To address the conotoxin data imbalance and improve the tool’s sorting ability, the team decided to employ a pair of widely used ML tools, collectively called SMOTE-Tomek. The SMOTE part stands for Synthetic Minority Oversampling Technique, meaning that the Los Alamos team added synthetic, computer-generated data (akin to 180 handdrawn cats to accompany the 20 real cat photos) based on their experimental work, to balance the training set for the algorithm. These extra data could help train the model to recognize the small differences between proteins by providing a more equal number of conotoxin entries and non-conotoxin entries.

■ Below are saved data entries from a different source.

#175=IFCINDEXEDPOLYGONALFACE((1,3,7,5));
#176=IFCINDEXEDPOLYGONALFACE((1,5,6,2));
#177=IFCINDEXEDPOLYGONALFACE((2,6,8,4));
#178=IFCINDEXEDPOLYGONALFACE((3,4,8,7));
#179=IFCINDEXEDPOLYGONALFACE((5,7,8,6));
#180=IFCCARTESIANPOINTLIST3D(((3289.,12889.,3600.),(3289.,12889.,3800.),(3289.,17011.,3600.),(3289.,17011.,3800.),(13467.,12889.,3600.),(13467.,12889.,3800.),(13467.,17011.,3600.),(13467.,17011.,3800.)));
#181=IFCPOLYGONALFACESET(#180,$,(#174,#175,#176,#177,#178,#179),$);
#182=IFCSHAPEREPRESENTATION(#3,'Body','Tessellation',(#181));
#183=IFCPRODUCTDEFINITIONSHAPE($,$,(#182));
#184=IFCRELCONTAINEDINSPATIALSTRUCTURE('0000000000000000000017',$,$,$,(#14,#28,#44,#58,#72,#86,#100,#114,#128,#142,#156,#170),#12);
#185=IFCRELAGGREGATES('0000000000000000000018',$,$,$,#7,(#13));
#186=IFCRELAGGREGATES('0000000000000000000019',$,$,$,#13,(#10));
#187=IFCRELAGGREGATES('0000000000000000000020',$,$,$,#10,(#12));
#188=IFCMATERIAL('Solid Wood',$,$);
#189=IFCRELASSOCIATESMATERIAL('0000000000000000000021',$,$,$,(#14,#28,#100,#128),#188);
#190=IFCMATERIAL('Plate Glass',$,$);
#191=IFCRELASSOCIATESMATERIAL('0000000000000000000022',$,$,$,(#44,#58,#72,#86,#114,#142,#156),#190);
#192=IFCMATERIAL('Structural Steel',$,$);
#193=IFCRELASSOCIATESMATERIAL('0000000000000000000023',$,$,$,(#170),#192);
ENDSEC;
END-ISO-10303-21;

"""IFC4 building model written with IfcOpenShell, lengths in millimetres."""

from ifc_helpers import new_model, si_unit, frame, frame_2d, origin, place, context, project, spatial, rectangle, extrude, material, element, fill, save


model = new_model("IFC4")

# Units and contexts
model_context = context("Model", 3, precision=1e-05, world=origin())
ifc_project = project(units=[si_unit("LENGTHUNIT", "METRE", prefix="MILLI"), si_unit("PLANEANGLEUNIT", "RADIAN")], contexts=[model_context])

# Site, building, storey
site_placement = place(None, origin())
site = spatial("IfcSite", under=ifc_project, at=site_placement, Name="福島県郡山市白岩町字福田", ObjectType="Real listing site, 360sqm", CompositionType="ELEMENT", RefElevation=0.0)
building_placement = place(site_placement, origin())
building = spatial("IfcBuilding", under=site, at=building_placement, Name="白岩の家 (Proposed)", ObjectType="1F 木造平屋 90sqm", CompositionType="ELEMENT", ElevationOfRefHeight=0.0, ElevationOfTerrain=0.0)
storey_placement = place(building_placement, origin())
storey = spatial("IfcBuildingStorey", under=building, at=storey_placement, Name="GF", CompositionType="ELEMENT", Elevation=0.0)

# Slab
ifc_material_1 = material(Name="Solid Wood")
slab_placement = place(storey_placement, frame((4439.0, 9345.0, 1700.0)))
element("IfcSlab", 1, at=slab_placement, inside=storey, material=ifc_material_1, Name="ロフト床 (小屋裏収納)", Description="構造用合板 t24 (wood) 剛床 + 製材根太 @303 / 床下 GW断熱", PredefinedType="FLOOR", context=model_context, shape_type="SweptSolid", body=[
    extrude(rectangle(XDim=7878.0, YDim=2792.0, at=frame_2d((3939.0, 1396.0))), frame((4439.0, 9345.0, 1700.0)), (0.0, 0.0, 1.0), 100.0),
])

Next, the Tomek part of the ML approach (named for its inventor Ivan Tomek) comprised removing data samples that were too similar (i.e., dogs with pointy ears that the computer might suggest are cats) to create more distinction between the two groups. After the initial training, the ML model successfully categorized unknown conotoxins into different pharmacological families. Lastly, the team used various experimental approaches to validate the ML model’s predictions and ensure that it was classifying conotoxins correctly. And it was.
“This work has exciting implications for drug discovery, given that conotoxins affect a diversity of pharmacological targets,” says Nguyen. “Our ability to rapidly and accurately predict signature characteristics of conotoxins, their classes, and biological targets could enable the identification of novel, potentially therapeutic molecules. In addition, as we add more experimental data on conotoxin structures and toxicities we will expand training datasets and increase the prediction accuracy.”
Beyond being good at predicting the structure and function of conotoxins, Monroe says that the Los Alamos team’s approach is versatile and widely applicable. Although the scientists would always prefer to have more data, they were still able to accurately predict signature characteristics of conotoxins. This approach could be widely beneficial, because small experimental datasets are common when working with biological samples. Furthermore, the team developed a new software tool using their ML platform that has the potential to be adapted to a portable device, making it even more useful for a broad range of scientific and national security pursuits.
People Also Ask
Are all cone snails deadly?
No. All cone snails are venomous, but only two species (Conus textile and Conus geographus) are known to have actually killed humans.
What happens during drug discovery?
Drug discovery is a complex and lengthy process, often spanning several years or even a decade, and requiring millions of dollars in investment. During this time, researchers identify chemicals with potential therapeutic properties and then test them for effectiveness and safety. AI/ML is showing potential to speed the process up tremendously.